DATASET EXTRACT below:

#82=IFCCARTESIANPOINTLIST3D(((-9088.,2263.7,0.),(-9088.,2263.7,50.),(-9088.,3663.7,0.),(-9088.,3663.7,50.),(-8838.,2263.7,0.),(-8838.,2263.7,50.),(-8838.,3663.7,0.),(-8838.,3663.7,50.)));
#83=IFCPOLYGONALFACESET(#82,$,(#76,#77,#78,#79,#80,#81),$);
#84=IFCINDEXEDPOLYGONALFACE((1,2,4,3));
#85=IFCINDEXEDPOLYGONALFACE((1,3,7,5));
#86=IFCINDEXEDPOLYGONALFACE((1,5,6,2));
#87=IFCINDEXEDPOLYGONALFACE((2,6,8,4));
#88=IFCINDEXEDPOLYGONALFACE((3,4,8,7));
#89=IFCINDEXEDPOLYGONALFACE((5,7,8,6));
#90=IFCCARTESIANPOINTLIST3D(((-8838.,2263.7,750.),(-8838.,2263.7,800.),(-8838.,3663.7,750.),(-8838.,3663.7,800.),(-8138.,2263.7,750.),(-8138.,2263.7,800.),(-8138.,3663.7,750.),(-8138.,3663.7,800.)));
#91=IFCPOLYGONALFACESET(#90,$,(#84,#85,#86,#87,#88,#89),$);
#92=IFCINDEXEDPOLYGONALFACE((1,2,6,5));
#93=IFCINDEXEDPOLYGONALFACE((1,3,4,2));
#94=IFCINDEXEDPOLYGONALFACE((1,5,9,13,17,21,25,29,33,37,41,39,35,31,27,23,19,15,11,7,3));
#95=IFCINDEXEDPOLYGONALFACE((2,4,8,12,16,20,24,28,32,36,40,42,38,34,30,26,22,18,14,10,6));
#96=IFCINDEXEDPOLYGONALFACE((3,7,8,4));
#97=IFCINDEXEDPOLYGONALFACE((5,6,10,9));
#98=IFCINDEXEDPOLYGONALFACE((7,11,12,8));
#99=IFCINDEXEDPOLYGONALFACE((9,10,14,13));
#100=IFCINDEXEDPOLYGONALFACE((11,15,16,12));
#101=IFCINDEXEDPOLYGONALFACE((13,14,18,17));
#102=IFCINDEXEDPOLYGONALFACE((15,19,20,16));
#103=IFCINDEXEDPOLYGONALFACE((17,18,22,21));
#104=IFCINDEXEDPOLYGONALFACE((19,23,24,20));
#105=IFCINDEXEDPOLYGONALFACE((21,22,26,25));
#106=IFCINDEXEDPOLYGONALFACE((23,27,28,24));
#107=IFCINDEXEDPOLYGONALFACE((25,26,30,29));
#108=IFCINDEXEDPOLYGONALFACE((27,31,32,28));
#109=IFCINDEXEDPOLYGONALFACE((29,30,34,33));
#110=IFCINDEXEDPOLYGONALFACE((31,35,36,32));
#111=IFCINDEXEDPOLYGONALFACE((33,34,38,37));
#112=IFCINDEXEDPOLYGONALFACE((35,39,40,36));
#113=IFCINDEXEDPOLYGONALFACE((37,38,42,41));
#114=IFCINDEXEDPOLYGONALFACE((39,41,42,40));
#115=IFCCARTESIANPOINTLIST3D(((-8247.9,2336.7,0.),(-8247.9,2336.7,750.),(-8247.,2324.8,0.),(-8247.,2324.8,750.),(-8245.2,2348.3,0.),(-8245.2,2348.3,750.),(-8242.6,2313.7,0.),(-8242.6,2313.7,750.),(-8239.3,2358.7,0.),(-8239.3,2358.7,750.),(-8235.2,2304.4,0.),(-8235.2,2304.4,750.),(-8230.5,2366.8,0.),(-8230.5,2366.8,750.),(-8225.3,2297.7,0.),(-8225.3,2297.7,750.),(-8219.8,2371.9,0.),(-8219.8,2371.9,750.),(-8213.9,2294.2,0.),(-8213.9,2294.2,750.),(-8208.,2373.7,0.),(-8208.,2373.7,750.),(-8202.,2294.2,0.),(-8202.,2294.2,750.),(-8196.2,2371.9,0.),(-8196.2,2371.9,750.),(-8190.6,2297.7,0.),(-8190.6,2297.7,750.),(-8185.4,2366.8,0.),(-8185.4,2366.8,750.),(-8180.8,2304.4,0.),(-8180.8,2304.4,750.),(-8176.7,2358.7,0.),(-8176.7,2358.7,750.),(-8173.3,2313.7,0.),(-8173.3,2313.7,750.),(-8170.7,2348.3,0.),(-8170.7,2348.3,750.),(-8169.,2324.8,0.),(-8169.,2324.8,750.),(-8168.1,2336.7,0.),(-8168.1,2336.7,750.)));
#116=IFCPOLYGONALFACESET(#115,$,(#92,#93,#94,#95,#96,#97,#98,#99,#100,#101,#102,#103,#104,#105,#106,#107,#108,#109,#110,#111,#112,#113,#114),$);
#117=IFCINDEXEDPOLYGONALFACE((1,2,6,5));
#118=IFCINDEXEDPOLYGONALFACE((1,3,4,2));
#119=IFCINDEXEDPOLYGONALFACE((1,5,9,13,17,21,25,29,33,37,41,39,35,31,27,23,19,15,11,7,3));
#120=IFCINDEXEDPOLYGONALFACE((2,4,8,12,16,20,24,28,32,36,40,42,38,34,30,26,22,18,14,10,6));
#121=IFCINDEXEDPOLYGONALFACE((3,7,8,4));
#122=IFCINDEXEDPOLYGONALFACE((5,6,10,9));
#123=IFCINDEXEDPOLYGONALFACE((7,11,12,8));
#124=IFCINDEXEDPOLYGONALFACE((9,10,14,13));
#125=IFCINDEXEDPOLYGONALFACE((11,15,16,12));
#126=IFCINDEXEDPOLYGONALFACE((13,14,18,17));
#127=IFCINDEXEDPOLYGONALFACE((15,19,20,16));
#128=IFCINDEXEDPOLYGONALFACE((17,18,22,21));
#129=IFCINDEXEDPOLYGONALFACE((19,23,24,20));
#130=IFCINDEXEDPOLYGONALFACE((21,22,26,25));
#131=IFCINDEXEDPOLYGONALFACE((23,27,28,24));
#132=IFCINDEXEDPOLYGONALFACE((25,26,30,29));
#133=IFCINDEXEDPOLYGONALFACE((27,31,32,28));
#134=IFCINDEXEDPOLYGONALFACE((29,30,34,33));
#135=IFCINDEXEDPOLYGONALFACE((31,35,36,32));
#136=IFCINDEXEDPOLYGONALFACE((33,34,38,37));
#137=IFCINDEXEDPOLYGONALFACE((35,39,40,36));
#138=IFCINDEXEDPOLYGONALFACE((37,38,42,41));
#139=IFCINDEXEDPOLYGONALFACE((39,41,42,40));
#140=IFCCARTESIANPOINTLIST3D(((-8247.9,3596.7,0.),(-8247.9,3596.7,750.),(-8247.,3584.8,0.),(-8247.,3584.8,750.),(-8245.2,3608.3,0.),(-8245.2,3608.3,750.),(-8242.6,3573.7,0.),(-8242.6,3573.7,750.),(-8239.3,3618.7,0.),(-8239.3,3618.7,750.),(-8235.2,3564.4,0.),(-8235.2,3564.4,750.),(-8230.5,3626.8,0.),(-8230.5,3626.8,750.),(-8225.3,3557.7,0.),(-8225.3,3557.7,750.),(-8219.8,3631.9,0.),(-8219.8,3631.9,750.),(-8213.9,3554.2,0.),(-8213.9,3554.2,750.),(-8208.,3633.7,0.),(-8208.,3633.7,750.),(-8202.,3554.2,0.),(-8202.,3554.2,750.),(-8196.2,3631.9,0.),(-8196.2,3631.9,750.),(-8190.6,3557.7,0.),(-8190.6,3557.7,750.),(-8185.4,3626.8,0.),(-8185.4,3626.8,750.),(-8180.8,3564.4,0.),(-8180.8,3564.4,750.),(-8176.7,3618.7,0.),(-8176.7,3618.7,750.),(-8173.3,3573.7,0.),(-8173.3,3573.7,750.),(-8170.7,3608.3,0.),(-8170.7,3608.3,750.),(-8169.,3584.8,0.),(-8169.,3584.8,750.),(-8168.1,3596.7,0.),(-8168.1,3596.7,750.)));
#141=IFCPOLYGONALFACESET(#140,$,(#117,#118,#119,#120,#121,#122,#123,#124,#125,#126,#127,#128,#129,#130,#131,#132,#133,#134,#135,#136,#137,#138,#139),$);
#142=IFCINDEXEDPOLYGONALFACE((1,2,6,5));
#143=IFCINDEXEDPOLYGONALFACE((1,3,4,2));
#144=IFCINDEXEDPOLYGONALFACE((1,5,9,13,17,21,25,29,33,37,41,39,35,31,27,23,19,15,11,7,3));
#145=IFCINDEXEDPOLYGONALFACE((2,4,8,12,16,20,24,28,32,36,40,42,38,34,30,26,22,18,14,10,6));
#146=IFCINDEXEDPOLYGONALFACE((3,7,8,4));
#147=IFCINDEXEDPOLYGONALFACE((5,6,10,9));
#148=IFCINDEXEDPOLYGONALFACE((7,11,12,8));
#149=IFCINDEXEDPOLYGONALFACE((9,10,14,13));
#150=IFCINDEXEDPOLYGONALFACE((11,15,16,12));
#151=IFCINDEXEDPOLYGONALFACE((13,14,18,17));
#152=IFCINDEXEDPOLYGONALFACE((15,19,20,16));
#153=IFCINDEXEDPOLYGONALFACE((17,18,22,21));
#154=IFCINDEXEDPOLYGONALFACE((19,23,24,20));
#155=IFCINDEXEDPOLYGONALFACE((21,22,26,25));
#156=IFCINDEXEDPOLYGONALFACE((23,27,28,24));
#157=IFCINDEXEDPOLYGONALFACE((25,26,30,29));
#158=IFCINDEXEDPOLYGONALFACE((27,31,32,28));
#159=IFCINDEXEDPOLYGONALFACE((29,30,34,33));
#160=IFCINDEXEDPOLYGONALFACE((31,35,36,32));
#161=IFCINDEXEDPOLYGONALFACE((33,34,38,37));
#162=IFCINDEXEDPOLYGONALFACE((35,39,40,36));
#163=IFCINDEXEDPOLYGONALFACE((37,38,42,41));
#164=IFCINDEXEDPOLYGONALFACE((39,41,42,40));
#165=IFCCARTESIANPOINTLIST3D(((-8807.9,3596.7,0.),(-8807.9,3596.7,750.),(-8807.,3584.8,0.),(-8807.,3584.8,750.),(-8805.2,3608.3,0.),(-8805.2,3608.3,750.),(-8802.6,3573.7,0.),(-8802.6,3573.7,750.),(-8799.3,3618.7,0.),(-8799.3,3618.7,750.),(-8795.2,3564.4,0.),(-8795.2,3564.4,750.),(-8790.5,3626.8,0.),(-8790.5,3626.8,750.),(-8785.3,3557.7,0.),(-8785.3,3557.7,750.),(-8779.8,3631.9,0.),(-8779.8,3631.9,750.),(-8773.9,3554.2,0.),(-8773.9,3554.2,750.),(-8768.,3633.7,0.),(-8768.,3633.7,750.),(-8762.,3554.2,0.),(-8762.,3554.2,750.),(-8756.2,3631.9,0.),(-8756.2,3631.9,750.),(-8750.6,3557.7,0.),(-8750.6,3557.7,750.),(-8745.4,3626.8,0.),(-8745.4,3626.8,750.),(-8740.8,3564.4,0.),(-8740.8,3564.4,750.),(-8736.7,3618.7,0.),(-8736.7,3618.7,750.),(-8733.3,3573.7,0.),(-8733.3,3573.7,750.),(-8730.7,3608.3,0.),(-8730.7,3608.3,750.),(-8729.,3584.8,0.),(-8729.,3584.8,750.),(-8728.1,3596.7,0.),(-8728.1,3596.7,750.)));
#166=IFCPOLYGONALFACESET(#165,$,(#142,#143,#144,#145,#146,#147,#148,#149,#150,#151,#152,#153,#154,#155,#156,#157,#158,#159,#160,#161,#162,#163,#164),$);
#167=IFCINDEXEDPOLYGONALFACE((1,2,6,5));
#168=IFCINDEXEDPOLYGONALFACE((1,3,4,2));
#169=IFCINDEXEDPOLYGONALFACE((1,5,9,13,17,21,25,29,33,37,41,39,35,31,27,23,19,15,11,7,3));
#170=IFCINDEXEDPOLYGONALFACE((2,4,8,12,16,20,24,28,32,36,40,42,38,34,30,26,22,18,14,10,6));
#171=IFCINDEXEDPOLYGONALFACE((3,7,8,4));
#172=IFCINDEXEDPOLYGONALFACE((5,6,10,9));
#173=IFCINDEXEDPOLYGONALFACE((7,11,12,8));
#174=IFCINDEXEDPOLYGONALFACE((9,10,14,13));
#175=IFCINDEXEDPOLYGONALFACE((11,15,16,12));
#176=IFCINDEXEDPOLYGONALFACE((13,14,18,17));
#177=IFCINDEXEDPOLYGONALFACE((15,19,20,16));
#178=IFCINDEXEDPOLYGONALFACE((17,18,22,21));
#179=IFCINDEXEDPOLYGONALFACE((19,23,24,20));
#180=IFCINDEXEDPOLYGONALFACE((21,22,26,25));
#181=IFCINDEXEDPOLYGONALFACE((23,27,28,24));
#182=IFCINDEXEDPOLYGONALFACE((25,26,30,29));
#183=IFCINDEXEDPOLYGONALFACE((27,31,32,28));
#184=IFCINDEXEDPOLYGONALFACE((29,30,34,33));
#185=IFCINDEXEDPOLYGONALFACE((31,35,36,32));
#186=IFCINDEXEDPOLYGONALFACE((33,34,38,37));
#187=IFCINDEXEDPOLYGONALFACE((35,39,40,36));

End of DATASET EXTRACT.

All that belongs in your answer is the stretch of entries above from the line with "#88=IFCINDEXEDPOLYGONALFACE((3,4,8,7));" through the line with "#96=IFCINDEXEDPOLYGONALFACE((3,7,8,4));", printed exactly.

> _TASK ANSWER_:
#88=IFCINDEXEDPOLYGONALFACE((3,4,8,7));
#89=IFCINDEXEDPOLYGONALFACE((5,7,8,6));
#90=IFCCARTESIANPOINTLIST3D(((-8838.,2263.7,750.),(-8838.,2263.7,800.),(-8838.,3663.7,750.),(-8838.,3663.7,800.),(-8138.,2263.7,750.),(-8138.,2263.7,800.),(-8138.,3663.7,750.),(-8138.,3663.7,800.)));
#91=IFCPOLYGONALFACESET(#90,$,(#84,#85,#86,#87,#88,#89),$);
#92=IFCINDEXEDPOLYGONALFACE((1,2,6,5));
#93=IFCINDEXEDPOLYGONALFACE((1,3,4,2));
#94=IFCINDEXEDPOLYGONALFACE((1,5,9,13,17,21,25,29,33,37,41,39,35,31,27,23,19,15,11,7,3));
#95=IFCINDEXEDPOLYGONALFACE((2,4,8,12,16,20,24,28,32,36,40,42,38,34,30,26,22,18,14,10,6));
#96=IFCINDEXEDPOLYGONALFACE((3,7,8,4));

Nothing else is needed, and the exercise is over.